Mais cela reste malgré tout embêtant pour un gouvernement élu sur la base d’une grande croisade contre les abus et passe-droits de ses prédécesseurs, de s’entendre refuser l’extradition de Nandanee Soornack par la cour de Bologne, il me semble. Car, à tort ou à raison, elle était devenue le symbole ambulant de la déchéance travailliste, au point où elle était presque arrivée, à elle toute seule, à donner mauvaise réputation aux grosses lunettes de soleil posées sur des nez féminins ! Rappelez-vous : elle était la bénéficiaire du monopole d’Airway Coffee à l’aéroport, elle avait réussi à ne pas payer ses loyers pour cet emplacement pendant des années – sans être trop pourchassée – elle était, avec Gooljaury, l’une des bénéficiaires désignées dans le sulfureux contrat à commissions de Dufry/Frydu. Elle était, semble-t-il, une pièce maîtresse (sans jeu de mots…) dans l’affaire Roches-Noires et elle était branchée dans beaucoup d’équations gouvernementales, au point où l’on passait même parfois à travers elle pour avoir rendez-vous avec le PM. Un signe : elle a même quitté l’île, par courrier régulier, avec quelques valises, aussitôt les résultats des élections connus…

«Car, à tort ou à raison, elle était devenue le symbole ambulant de la déchéance travailliste, au point où elle était presque arrivée, à elle toute seule, à donner mauvaise réputation aux grosses lunettes de soleil posées sur des nez féminins !»
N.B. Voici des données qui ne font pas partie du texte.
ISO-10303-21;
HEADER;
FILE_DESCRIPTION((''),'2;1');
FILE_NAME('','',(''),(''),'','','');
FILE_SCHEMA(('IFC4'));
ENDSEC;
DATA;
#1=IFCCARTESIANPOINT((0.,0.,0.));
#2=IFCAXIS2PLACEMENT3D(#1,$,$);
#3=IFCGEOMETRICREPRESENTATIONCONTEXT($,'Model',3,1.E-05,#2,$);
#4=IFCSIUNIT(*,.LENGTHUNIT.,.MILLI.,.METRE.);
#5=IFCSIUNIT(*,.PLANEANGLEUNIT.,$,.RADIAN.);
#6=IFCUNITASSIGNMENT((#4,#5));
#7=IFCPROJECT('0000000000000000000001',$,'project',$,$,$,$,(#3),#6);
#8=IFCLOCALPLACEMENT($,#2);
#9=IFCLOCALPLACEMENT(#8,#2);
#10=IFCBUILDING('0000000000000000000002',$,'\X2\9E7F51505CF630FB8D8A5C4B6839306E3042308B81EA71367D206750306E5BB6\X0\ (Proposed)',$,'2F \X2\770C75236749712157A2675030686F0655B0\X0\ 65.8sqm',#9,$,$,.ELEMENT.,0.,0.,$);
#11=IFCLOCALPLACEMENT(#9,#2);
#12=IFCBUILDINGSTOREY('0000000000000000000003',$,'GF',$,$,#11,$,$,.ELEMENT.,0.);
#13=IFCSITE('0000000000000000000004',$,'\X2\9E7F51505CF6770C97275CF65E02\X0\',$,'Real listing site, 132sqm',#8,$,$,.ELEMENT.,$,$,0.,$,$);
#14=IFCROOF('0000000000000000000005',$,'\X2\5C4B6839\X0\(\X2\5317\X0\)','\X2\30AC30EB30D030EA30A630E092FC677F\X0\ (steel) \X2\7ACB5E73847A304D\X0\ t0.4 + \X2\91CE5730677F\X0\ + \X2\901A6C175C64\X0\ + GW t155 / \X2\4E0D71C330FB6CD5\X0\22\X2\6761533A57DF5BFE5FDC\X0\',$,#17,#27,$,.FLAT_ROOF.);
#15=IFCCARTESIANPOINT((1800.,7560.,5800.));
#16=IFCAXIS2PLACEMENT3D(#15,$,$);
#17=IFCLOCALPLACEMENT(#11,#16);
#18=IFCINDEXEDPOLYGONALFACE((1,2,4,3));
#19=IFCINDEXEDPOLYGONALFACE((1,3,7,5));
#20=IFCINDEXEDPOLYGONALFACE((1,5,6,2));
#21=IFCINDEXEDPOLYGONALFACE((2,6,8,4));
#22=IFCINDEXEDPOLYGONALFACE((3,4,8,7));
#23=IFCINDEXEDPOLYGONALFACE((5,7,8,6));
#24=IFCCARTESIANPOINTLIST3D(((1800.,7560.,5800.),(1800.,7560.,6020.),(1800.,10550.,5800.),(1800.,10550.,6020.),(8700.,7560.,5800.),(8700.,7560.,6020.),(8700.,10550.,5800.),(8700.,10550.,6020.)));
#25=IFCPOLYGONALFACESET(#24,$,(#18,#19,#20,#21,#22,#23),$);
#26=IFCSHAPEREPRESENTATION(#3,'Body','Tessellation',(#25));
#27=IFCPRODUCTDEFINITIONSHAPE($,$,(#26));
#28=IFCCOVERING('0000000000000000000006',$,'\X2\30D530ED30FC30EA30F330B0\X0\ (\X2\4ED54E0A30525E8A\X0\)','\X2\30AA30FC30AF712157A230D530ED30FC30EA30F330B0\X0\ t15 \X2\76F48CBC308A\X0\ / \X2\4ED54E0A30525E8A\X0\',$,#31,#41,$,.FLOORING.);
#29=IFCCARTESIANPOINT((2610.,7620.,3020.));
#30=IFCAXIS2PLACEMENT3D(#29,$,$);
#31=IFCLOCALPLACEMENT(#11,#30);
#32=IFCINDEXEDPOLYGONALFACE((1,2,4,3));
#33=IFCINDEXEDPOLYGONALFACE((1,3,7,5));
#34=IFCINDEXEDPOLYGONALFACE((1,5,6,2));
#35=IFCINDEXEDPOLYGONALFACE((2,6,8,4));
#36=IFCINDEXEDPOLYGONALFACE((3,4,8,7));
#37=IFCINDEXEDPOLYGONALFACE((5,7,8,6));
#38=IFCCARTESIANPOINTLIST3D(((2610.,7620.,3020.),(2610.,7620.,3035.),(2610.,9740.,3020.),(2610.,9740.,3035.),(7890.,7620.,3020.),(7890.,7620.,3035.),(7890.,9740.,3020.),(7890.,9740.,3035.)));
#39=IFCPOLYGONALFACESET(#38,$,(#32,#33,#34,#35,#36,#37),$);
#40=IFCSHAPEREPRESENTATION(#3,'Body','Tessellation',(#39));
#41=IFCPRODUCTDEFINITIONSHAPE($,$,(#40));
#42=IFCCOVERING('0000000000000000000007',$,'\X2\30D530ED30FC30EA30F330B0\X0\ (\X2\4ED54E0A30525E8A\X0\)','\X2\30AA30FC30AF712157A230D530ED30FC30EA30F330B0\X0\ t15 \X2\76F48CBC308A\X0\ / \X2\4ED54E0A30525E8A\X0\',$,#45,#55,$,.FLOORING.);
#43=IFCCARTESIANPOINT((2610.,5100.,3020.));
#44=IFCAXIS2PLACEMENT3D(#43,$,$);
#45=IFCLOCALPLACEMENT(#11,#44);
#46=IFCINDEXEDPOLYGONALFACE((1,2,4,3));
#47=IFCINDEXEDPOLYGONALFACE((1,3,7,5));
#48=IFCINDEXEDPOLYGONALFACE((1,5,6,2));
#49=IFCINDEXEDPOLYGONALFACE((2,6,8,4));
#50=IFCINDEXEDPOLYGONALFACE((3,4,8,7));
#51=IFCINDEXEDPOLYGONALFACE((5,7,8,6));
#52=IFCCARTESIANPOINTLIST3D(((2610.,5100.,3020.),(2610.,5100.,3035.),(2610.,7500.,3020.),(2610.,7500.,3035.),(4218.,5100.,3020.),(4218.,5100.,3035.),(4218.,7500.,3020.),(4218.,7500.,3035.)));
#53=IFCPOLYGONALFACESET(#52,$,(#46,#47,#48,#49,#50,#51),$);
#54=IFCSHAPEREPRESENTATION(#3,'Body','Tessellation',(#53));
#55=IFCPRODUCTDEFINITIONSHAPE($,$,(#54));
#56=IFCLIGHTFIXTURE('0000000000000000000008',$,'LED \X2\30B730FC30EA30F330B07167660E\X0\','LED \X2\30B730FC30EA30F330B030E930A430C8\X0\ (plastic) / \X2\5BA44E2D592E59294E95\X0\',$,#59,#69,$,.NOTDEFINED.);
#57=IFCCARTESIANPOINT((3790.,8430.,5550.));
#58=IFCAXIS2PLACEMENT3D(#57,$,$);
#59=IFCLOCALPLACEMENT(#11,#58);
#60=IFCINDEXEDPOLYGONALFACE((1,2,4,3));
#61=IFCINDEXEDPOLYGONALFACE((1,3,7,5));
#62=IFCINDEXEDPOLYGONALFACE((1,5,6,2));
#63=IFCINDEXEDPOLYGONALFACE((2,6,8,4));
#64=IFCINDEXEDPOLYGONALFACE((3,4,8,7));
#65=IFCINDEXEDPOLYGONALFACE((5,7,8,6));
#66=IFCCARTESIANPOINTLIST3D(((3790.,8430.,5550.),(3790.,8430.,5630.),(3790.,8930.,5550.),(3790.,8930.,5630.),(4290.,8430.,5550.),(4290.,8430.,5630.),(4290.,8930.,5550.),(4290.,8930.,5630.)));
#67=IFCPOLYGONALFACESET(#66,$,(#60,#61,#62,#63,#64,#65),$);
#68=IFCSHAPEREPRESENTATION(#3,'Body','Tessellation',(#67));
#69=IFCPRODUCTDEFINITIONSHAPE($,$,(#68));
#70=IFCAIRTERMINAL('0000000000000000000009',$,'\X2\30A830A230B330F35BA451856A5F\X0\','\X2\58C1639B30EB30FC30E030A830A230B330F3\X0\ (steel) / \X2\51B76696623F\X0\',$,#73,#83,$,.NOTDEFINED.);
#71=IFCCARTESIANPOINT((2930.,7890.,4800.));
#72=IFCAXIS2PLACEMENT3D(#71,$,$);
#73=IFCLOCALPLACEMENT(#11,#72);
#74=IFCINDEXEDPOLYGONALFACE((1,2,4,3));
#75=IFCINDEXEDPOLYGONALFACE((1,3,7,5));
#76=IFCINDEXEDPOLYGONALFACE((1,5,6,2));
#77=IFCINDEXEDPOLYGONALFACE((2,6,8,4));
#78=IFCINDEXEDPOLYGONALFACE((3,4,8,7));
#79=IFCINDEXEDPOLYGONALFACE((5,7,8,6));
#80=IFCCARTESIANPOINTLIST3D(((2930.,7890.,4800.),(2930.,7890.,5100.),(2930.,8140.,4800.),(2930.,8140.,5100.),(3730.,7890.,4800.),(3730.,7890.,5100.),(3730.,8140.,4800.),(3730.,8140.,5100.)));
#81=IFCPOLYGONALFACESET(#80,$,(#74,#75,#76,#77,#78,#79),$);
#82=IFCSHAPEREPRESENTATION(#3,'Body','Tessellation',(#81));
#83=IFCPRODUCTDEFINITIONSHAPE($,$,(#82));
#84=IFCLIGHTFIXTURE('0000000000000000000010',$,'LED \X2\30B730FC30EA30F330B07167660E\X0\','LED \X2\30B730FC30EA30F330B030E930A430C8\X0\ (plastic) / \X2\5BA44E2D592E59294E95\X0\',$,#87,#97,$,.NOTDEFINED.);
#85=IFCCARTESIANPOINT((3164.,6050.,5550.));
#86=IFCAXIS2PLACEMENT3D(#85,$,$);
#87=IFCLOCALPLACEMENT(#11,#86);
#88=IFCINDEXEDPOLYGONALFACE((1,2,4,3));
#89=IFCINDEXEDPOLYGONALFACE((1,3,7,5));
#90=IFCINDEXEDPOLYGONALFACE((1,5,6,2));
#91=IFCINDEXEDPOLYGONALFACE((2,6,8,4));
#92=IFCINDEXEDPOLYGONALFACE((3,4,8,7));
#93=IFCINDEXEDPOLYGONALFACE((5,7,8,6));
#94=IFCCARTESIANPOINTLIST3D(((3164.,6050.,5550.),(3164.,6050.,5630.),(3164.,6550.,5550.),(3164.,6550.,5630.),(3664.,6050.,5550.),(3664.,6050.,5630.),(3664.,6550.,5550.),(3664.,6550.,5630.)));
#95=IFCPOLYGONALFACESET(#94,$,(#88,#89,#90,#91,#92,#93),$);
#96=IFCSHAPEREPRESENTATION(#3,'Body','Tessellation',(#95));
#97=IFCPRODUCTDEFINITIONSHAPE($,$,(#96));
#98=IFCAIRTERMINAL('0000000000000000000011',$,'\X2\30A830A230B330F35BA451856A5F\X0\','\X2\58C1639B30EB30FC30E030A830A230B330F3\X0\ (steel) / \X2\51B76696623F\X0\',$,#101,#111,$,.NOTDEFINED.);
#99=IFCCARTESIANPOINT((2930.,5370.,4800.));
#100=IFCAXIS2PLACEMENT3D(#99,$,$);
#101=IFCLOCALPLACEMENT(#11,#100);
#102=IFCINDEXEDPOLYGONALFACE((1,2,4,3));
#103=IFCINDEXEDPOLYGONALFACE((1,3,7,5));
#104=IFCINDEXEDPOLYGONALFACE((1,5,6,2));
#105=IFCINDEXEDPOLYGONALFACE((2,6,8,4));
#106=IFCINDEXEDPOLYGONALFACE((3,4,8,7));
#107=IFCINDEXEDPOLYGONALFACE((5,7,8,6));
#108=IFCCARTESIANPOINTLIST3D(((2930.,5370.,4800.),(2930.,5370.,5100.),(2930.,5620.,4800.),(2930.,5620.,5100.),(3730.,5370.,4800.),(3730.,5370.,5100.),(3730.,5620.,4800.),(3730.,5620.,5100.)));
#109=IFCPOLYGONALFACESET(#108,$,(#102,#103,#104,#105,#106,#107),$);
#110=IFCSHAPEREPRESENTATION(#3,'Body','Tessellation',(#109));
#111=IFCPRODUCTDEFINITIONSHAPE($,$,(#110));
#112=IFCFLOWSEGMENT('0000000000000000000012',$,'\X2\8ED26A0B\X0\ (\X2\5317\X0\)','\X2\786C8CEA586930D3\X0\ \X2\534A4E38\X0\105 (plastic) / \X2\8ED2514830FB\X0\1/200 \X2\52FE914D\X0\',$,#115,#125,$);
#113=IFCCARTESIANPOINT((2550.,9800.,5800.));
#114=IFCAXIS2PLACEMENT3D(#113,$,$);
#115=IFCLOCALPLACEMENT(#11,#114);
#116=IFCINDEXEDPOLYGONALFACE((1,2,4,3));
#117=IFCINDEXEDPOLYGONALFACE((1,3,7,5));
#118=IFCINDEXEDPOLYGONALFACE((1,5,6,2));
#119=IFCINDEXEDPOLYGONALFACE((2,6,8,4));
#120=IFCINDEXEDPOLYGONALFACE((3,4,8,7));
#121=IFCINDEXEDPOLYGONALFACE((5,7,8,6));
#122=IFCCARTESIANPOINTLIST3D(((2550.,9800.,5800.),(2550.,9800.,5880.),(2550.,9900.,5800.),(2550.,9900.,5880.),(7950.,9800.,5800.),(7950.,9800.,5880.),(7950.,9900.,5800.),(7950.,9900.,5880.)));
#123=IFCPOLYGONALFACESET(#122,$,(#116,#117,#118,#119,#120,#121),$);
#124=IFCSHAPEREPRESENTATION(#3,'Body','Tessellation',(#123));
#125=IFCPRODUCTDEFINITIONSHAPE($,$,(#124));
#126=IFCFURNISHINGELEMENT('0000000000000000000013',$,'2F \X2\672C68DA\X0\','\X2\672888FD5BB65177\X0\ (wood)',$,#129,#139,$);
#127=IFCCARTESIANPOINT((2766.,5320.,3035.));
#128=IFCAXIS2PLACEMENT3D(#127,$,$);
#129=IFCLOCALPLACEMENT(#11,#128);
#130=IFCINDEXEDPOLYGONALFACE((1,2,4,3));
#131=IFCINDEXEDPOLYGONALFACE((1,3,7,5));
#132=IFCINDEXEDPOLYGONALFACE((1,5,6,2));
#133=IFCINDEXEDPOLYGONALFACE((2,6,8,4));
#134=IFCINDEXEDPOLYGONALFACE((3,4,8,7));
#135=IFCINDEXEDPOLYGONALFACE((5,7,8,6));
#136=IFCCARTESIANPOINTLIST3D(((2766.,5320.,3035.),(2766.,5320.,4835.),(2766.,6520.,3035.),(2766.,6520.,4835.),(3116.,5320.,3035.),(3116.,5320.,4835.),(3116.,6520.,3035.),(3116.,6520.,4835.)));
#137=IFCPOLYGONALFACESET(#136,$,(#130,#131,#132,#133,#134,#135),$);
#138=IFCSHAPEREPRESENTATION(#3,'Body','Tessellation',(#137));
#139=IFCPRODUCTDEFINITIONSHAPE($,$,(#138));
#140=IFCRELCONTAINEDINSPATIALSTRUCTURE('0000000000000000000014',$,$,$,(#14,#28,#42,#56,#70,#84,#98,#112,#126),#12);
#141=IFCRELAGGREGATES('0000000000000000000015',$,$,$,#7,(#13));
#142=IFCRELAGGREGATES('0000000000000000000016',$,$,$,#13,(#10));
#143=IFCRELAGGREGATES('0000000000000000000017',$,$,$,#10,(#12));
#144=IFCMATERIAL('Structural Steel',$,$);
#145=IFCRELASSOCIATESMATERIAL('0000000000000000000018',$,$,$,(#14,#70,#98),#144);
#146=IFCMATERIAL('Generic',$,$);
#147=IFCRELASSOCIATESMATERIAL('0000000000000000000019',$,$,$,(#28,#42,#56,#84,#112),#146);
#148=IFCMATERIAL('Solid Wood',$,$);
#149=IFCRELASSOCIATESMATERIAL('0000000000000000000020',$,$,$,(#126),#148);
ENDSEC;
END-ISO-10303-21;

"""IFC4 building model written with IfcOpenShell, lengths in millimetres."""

from ifc_helpers import new_model, si_unit, frame, frame_2d, origin, place, context, project, spatial, rectangle, extrude, material, element, save


model = new_model("IFC4")

# Units and contexts
model_context = context("Model", 3, precision=1e-05, world=origin())
ifc_project = project(units=[si_unit("LENGTHUNIT", "METRE", prefix="MILLI"), si_unit("PLANEANGLEUNIT", "RADIAN")], contexts=[model_context])

# Site, building, storey
site_placement = place(None, origin())
site = spatial("IfcSite", under=ifc_project, at=site_placement, Name="鹿児島県霧島市", ObjectType="Real listing site, 132sqm", CompositionType="ELEMENT", RefElevation=0.0)
building_placement = place(site_placement, origin())
building = spatial("IfcBuilding", under=site, at=building_placement, Name="鹿児島・越屋根のある自然素材の家 (Proposed)", ObjectType="2F 県産杉無垢材と漆喰 65.8sqm", CompositionType="ELEMENT", ElevationOfRefHeight=0.0, ElevationOfTerrain=0.0)
storey_placement = place(building_placement, origin())
storey = spatial("IfcBuildingStorey", under=building, at=storey_placement, Name="GF", CompositionType="ELEMENT", Elevation=0.0)

# Shared definitions
ifc_material_1 = material(Name="Solid Wood")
Comment se fait-il, dès lors, que l’on ne puisse persuader un tribunal européen, même si italien, de la justesse de la demande mauricienne d’extradition ? Nous n’avons pas vu le jugement motivé à ce stade, mais la claque du tribunal de Bologne nous a rappelé la très mauvaise qualité des quelques documents, notamment de la police, dont nous prenions connaissance au moment où la demande d’extradition était faite et juste avant que les per diem commencent à être réquisitionnés. Un anglais approximatif, des phrases mal ficelées, l’avidité à peine cachée de celui qui se croit investi de mission sacrée saupoudraient ces documents. On a peine à concevoir à quoi ils ressembleraient, ces documents, quand… traduits en italien ! Ce n’est peut-être pas fini, il y a encore peut-être des recours, mais de grâce, essayons au moins alors d’être plus professionnels en général. Et, en addition, ne saupoudrons plus la toile de fond de notre actualité locale, qui est instantanément diffusée sur la planète (et à Bologne !) grâce à Internet, d’encore plus de signes d’arbitraire, d’arrestations intempestives, d’enquêtes style KGB, de charges provisoires, de manque de discipline patent, d’arrestations d’hommes de loi de la partie adverse… ce qui n’a pas dû aider notre plaidoirie !

***

Sommes-nous d’influence westminstérienne ou Kim Il-sungienne ? La question a été posée avec appétit cette semaine et la réponse est sans doute… un peu des trois ! Notre Constitution est westminstérienne, un père transmettra ses pouvoirs à son fils, de par cette Constitution, mais il n’y aura ni sanction électorale, ni délai effectif entre les deux tenants du pouvoir et ce sera fait du vivant du tenant actuel.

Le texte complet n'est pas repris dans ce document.